This document is for non-janitor monks who are curious about what this shadowy cabal known as janitors actually do. If you are a janitor yourself, please read Janitors' Guidelines and Janitor Powers for instructions on how to do your job.
The janitors (who are also, in some docs, called "editors") can:
Janitors can (and generally do) keep a watchful eye on the site, taking note of problematic situations as they arise and taking necessary action on a preemptive basis. However, the self-moderating nature of PerlMonks works because everyone is vigilant. If you find a node needing some clean-up, you should "consider" it for action. (Note: you need to be at least a Friar to do this. If you are not, just discuss the problem node publicly in the Chatterbox.)

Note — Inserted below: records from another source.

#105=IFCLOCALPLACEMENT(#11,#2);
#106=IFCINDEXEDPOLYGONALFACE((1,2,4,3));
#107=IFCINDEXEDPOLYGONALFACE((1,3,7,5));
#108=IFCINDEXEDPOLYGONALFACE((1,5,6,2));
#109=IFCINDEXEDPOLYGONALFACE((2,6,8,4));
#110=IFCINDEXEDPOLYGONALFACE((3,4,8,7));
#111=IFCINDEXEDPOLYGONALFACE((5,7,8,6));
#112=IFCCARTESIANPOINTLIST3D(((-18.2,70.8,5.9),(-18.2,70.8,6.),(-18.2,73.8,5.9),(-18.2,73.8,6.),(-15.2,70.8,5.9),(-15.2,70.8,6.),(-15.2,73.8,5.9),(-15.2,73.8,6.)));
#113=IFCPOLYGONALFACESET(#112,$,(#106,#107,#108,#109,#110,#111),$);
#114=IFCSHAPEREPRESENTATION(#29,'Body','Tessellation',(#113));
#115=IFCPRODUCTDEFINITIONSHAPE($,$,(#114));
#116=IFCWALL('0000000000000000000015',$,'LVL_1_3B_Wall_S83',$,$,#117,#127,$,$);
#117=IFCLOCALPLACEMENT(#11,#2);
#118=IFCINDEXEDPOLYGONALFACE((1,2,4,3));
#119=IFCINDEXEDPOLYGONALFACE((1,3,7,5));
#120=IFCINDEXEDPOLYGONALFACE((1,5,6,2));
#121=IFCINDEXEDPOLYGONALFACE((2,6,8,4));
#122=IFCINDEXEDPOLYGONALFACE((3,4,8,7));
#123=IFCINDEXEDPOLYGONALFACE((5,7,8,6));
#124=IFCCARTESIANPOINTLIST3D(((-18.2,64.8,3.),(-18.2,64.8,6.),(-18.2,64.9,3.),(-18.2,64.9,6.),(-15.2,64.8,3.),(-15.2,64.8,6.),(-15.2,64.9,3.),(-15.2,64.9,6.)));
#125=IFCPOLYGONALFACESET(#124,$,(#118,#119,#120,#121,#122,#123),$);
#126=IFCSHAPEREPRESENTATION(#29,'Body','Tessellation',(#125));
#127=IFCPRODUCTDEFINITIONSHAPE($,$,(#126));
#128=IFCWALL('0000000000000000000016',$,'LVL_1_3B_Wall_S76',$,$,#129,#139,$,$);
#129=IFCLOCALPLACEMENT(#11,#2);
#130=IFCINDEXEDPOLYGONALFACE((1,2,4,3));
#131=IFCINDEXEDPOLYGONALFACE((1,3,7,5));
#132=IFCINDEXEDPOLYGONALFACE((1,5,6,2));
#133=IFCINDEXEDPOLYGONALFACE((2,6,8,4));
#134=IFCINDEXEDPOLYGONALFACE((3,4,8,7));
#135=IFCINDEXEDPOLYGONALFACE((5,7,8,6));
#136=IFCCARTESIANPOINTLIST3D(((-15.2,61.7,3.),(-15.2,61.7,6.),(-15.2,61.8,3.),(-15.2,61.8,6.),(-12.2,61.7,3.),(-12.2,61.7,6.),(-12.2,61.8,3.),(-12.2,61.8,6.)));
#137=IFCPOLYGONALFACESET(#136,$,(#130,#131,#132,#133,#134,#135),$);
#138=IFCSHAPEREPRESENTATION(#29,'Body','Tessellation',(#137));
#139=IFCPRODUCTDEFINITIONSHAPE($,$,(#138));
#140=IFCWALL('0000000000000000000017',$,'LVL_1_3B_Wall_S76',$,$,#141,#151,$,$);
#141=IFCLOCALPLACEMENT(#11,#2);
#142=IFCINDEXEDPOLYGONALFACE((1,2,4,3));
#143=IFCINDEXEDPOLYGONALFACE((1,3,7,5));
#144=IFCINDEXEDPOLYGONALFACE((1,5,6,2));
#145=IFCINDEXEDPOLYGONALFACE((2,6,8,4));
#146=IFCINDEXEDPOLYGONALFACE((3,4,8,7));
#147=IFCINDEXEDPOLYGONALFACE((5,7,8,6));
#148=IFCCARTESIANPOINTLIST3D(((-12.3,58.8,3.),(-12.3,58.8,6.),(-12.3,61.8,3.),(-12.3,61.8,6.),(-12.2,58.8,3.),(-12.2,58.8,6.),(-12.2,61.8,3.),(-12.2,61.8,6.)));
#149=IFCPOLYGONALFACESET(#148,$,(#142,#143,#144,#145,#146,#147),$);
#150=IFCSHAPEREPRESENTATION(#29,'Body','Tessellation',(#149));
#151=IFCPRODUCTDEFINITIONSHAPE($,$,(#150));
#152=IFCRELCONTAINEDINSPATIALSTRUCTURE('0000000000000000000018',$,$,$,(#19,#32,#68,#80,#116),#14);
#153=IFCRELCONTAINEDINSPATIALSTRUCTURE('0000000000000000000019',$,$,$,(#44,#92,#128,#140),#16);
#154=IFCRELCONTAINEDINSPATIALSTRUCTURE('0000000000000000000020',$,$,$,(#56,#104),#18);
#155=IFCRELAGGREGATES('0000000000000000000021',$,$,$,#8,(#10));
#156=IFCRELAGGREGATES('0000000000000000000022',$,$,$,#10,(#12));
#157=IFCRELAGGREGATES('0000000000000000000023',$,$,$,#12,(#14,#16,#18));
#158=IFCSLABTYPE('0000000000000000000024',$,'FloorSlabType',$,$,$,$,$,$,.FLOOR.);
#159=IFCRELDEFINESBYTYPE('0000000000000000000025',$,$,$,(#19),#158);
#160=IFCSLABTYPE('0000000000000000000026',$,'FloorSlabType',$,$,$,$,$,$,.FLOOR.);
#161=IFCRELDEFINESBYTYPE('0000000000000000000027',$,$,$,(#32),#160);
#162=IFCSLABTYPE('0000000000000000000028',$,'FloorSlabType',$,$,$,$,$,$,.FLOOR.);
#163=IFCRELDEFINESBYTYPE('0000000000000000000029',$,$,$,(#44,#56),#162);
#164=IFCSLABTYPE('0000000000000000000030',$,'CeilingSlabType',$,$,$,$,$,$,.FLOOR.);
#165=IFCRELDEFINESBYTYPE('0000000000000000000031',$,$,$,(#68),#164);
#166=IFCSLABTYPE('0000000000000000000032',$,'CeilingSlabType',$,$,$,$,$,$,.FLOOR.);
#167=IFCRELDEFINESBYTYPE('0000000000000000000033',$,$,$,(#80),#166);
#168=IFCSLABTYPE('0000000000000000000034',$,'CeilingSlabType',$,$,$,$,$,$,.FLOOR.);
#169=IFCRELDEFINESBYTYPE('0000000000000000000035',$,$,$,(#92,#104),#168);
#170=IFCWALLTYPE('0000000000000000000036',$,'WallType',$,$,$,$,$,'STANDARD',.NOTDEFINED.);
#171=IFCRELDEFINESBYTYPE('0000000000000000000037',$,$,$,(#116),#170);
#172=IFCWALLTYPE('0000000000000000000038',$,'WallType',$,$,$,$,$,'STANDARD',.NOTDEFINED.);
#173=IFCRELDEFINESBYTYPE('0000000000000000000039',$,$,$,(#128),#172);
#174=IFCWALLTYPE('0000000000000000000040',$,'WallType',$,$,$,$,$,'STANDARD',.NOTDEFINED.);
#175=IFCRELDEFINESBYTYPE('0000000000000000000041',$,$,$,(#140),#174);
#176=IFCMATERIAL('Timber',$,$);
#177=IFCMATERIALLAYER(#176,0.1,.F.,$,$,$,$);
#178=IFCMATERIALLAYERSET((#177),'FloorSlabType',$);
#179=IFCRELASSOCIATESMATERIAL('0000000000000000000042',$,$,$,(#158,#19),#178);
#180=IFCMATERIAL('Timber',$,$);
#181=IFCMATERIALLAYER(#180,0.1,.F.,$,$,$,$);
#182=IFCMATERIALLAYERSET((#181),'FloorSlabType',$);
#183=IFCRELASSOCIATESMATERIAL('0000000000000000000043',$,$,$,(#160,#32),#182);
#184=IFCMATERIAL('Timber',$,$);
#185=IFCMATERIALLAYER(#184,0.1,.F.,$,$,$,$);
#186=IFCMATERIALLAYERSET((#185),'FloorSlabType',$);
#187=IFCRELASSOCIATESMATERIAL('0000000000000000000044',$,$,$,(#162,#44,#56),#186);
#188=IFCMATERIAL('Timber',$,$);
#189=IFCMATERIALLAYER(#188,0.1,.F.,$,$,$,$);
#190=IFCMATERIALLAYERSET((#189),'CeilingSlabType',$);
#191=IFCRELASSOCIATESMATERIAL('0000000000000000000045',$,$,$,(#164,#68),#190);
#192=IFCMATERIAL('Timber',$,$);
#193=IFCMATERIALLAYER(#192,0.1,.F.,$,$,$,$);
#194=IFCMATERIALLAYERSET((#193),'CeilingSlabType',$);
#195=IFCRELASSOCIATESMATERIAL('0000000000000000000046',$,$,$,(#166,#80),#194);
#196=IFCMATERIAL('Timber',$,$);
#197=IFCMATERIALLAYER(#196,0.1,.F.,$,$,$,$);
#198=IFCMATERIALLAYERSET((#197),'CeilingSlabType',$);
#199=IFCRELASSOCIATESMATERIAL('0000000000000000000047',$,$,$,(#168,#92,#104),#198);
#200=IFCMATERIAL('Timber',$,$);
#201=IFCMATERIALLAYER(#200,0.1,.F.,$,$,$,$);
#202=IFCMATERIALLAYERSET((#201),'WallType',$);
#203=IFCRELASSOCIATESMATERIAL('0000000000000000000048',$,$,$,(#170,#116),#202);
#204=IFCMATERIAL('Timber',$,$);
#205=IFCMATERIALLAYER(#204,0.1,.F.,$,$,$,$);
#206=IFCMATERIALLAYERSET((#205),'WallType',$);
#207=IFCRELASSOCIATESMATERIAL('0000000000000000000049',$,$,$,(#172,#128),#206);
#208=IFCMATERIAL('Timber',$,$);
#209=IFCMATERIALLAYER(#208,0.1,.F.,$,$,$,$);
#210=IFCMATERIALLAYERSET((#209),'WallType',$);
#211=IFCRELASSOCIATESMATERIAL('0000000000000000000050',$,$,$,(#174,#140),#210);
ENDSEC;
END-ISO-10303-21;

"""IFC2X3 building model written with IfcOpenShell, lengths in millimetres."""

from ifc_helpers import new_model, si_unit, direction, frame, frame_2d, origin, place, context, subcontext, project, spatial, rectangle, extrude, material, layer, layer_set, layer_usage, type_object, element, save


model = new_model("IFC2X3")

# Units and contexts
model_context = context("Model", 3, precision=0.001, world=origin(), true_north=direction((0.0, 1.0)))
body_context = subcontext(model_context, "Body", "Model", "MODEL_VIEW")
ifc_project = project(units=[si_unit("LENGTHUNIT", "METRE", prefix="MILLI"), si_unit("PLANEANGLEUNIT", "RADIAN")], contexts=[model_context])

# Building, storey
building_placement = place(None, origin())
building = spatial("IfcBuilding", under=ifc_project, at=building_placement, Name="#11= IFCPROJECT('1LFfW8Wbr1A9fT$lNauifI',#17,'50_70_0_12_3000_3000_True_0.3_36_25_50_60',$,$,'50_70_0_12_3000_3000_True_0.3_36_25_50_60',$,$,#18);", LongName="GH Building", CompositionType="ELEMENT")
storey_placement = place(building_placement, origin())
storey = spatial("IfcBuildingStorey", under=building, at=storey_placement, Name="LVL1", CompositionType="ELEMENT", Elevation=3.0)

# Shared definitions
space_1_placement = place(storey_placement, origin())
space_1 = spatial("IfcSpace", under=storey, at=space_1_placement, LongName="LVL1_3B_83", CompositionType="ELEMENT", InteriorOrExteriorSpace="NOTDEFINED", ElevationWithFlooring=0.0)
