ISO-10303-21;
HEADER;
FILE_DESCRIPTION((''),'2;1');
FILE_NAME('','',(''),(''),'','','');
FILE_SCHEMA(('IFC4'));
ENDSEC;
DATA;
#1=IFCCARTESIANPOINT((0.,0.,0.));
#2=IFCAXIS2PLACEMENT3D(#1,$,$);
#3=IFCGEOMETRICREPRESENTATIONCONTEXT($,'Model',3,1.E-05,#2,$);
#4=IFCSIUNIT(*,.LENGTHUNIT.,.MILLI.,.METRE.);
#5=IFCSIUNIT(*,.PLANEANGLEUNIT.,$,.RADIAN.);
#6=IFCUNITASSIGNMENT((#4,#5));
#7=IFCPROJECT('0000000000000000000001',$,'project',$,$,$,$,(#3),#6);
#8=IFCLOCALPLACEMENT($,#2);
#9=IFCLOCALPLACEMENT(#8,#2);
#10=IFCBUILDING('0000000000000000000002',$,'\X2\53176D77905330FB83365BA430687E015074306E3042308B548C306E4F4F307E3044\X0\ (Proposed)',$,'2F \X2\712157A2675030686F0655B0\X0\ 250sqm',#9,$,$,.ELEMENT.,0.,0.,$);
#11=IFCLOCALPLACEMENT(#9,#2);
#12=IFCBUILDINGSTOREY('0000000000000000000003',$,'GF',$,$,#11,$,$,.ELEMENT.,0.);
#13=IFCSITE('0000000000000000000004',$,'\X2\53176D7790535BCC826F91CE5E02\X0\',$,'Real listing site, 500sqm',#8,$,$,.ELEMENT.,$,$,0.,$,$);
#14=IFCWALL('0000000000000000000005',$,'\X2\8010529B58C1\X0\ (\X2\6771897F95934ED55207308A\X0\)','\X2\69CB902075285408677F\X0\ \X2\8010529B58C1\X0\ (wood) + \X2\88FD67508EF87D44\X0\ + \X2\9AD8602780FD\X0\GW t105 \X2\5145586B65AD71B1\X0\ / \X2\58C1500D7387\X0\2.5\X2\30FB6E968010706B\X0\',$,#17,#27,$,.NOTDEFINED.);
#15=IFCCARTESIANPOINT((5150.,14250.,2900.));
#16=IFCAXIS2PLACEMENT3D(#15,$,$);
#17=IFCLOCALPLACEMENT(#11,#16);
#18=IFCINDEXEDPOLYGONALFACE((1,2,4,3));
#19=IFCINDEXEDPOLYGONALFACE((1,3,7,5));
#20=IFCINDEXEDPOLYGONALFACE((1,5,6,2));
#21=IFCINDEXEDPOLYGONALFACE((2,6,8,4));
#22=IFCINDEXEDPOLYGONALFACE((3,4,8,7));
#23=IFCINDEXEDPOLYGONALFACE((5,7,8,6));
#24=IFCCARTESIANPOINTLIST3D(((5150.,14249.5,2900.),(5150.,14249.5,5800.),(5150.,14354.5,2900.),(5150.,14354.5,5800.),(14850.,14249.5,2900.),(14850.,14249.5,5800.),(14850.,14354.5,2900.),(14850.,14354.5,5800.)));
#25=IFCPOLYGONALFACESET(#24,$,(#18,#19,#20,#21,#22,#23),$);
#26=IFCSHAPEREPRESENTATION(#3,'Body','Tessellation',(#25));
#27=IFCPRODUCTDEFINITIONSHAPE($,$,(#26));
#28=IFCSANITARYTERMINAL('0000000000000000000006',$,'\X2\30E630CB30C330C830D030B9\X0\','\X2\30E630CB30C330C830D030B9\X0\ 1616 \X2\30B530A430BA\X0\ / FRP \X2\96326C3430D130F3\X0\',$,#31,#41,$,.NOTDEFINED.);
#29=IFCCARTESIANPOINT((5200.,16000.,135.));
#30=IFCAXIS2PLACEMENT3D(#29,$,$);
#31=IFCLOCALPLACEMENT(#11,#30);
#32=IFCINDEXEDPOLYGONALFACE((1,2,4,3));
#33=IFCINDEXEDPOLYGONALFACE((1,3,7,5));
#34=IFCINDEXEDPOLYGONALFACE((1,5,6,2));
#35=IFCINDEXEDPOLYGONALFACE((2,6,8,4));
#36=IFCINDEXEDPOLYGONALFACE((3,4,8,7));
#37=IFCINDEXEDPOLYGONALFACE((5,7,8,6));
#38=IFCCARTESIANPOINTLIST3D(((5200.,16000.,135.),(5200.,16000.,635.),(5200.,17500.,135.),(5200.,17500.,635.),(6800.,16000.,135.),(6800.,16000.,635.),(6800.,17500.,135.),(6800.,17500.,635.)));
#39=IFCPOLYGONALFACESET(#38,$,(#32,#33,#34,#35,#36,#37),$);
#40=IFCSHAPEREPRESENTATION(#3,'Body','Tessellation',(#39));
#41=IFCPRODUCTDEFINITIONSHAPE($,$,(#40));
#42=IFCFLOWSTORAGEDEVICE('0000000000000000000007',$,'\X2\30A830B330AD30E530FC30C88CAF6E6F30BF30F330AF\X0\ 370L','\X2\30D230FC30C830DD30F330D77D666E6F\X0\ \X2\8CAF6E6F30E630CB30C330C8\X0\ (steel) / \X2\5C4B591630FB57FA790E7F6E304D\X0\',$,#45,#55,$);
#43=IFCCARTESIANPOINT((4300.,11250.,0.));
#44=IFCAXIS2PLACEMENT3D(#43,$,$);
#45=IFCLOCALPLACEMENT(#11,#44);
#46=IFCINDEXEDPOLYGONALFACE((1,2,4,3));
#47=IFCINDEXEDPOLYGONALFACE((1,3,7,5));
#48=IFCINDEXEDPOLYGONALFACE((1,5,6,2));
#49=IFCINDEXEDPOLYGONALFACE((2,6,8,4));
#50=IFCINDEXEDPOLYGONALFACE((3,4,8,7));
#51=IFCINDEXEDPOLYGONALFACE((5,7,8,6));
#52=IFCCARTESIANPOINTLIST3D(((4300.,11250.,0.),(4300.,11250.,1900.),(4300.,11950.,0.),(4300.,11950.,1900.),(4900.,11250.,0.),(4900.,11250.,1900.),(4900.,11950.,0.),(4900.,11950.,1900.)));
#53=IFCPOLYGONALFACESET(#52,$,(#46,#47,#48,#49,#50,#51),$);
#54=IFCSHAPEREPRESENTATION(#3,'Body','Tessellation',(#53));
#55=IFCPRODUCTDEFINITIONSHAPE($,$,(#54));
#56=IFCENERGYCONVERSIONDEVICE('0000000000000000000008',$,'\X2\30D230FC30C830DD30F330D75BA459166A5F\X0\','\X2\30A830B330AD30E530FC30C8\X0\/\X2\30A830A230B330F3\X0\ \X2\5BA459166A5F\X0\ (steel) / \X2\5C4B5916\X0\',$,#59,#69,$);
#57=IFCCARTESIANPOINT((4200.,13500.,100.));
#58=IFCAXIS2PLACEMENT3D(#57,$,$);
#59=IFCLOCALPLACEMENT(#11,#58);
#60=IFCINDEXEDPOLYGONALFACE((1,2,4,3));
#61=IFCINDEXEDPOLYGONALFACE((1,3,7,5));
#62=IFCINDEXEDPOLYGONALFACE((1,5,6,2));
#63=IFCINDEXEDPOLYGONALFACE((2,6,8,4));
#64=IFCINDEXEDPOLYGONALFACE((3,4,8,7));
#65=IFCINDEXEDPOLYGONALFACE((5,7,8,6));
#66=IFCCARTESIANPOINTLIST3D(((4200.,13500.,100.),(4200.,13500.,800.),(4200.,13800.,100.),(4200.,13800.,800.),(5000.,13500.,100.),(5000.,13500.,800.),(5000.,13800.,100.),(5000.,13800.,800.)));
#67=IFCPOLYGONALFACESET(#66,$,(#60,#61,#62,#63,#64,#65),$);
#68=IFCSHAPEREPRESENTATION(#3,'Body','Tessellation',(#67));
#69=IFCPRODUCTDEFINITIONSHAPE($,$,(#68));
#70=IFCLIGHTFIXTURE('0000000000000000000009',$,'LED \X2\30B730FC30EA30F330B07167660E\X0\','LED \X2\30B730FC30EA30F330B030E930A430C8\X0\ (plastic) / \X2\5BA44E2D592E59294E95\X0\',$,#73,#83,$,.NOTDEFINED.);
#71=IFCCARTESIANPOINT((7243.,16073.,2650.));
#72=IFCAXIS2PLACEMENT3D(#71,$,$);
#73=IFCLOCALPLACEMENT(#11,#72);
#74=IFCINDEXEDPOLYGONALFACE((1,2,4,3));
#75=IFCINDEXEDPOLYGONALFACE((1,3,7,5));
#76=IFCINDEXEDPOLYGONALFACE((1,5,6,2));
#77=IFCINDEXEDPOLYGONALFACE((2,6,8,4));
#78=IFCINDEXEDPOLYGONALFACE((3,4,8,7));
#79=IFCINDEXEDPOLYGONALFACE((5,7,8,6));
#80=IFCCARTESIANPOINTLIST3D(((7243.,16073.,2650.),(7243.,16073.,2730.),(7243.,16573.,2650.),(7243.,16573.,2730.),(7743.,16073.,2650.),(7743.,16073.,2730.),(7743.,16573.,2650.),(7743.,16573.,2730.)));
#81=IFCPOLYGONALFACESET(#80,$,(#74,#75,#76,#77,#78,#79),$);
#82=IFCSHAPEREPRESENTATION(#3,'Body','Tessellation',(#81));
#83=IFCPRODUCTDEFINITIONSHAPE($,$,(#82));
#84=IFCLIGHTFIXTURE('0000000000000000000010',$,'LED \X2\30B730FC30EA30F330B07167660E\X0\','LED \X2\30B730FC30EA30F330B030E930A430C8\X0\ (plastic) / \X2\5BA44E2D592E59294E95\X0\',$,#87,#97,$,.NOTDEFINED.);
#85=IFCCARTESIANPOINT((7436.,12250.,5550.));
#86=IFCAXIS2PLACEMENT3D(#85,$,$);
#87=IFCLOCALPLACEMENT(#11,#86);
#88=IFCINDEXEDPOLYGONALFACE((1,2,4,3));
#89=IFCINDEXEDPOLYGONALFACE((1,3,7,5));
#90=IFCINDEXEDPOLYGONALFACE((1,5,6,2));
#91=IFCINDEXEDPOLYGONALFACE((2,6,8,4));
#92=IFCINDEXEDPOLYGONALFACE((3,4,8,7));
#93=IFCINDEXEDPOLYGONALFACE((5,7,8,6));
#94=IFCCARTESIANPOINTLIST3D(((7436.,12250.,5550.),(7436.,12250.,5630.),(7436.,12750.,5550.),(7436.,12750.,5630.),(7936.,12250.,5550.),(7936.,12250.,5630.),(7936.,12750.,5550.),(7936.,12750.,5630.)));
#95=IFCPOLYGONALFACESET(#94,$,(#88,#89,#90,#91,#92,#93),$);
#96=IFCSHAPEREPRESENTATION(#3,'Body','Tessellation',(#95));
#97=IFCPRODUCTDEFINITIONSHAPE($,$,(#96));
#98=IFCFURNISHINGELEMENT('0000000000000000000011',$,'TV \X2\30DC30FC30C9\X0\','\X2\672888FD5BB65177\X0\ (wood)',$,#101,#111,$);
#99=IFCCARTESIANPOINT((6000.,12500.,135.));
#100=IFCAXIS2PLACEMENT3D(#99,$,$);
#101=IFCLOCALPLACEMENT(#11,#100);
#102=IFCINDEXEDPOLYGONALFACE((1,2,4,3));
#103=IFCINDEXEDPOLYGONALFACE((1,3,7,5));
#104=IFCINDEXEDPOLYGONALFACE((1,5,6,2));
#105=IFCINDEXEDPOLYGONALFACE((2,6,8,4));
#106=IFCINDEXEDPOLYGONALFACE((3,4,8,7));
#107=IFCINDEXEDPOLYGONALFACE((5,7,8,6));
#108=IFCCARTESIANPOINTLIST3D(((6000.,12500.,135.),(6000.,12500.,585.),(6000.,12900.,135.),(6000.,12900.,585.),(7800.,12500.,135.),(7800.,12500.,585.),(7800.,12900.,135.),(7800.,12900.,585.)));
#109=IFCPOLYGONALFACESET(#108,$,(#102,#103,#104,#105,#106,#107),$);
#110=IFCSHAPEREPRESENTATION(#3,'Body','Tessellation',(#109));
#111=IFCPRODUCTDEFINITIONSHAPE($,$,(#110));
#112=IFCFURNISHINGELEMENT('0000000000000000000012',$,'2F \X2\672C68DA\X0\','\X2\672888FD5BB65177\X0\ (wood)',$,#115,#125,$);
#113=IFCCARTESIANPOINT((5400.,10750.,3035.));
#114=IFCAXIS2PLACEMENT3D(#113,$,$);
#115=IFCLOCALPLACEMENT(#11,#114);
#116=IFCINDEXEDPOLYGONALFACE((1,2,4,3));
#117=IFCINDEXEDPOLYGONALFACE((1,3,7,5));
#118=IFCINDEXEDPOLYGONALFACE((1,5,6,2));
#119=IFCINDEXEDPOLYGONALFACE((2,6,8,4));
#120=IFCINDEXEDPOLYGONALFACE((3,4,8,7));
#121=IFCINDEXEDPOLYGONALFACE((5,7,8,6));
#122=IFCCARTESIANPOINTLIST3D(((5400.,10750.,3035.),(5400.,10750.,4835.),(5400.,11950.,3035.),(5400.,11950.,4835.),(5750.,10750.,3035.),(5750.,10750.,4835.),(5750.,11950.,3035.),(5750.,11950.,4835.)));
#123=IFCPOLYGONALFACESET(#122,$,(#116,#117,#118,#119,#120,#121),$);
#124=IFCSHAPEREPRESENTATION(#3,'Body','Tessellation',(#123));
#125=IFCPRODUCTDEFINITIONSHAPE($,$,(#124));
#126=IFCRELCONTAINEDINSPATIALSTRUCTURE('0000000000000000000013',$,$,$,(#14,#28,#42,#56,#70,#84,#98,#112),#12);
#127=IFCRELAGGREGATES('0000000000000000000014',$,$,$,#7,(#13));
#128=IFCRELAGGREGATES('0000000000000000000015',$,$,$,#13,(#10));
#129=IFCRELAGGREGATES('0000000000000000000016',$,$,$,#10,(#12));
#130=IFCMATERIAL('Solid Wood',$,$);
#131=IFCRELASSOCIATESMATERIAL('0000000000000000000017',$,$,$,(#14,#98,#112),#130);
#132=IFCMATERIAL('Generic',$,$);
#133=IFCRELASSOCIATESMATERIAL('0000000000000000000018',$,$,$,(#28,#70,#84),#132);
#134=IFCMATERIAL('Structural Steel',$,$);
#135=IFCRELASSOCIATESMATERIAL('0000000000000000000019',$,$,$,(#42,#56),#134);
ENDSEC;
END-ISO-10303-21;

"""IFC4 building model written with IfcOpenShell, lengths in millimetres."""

from ifc_helpers import new_model, si_unit, frame, frame_2d, origin, place, context, project, spatial, rectangle, extrude, material, element, save


model = new_model("IFC4")

# Units and contexts
model_context = context("Model", 3, precision=1e-05, world=origin())
ifc_project = project(units=[si_unit("LENGTHUNIT", "METRE", prefix="MILLI"), si_unit("PLANEANGLEUNIT", "RADIAN")], contexts=[model_context])

# Site, building, storey
site_placement = place(None, origin())
site = spatial("IfcSite", under=ifc_project, at=site_placement, Name="北海道富良野市", ObjectType="Real listing site, 500sqm", CompositionType="ELEMENT", RefElevation=0.0)
building_placement = place(site_placement, origin())
building = spatial("IfcBuilding", under=site, at=building_placement, Name="北海道・茶室と縁側のある和の住まい (Proposed)", ObjectType="2F 無垢材と漆喰 250sqm", CompositionType="ELEMENT", ElevationOfRefHeight=0.0, ElevationOfTerrain=0.0)
storey_placement = place(building_placement, origin())
storey = spatial("IfcBuildingStorey", under=building, at=storey_placement, Name="GF", CompositionType="ELEMENT", Elevation=0.0)

# Shared definitions
ifc_material_1 = material(Name="Solid Wood")

# Wall
wall_1_placement = place(storey_placement, frame((5150.0, 14250.0, 2900.0)))
element("IfcWall", 1, at=wall_1_placement, inside=storey, material=ifc_material_1, Name="耐力壁 (東西間仕切り)", Description="構造用合板 耐力壁 (wood) + 製材軸組 + 高性能GW t105 充填断熱 / 壁倍率2.5・準耐火", PredefinedType="NOTDEFINED", context=model_context, shape_type="SweptSolid", body=[
    extrude(rectangle(XDim=9700.0, YDim=105.0, at=frame_2d((4850.0, 52.0))), frame((5150.0, 14250.0, 2900.0)), (0.0, 0.0, 1.0), 2900.0),
])

# Sanitary terminal
ifc_material_2 = material(Name="Generic")
sanitary_terminal_placement = place(storey_placement, frame((5200.0, 16000.0, 135.0)))
element("IfcSanitaryTerminal", 2, at=sanitary_terminal_placement, inside=storey, material=ifc_material_2, Name="ユニットバス", Description="ユニットバス 1616 サイズ / FRP 防水パン", PredefinedType="NOTDEFINED", context=model_context, shape_type="SweptSolid", body=[
    extrude(rectangle(XDim=1600.0, YDim=1500.0, at=frame_2d((800.0, 750.0))), frame((5200.0, 16000.0, 135.0)), (0.0, 0.0, 1.0), 500.0),
])

# Flow storage device
ifc_material_3 = material(Name="Structural Steel")
flow_storage_device_placement = place(storey_placement, frame((4300.0, 11250.0, 0.0)))
element("IfcFlowStorageDevice", 3, at=flow_storage_device_placement, inside=storey, material=ifc_material_3, Name="エコキュート貯湯タンク 370L", Description="ヒートポンプ給湯 貯湯ユニット (steel) / 屋外・基礎置き", context=model_context, shape_type="SweptSolid", body=[
    extrude(rectangle(XDim=600.0, YDim=700.0, at=frame_2d((300.0, 350.0))), frame((4300.0, 11250.0, 0.0)), (0.0, 0.0, 1.0), 1900.0),
])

One of the main thing Janitors are entrusted to do is ensure that node titles are meaningful and useful for the site. (See How do I compose an effective node title?) "In a very real and legally binding sense," node titles have a dual ownership between the node author and the site janitors, unlike node content. A poorly written title can greatly hinder site navigation. For example, one-word titles tend to be a problem, since they can look like keywords and usernames; and misspellings grossly impair searchability. Janitors are authorized to fix any such problems as they see fit, while respecting, to the extent possible, the intentions of the author.
Janitors can edit the actual content of a node, but in general, they will only use this power to clean up formatting problems that cause the node to fail to render usefully in most browsers. Modifying otherwise usable markup to make it compliant with some standard (such as HTML 4.01) is not in their charter.
Janitors are specifically directed not to use their power to fix typos, add or delete information, or correct factual errors. In general, you should also not ask them to linkify URLs.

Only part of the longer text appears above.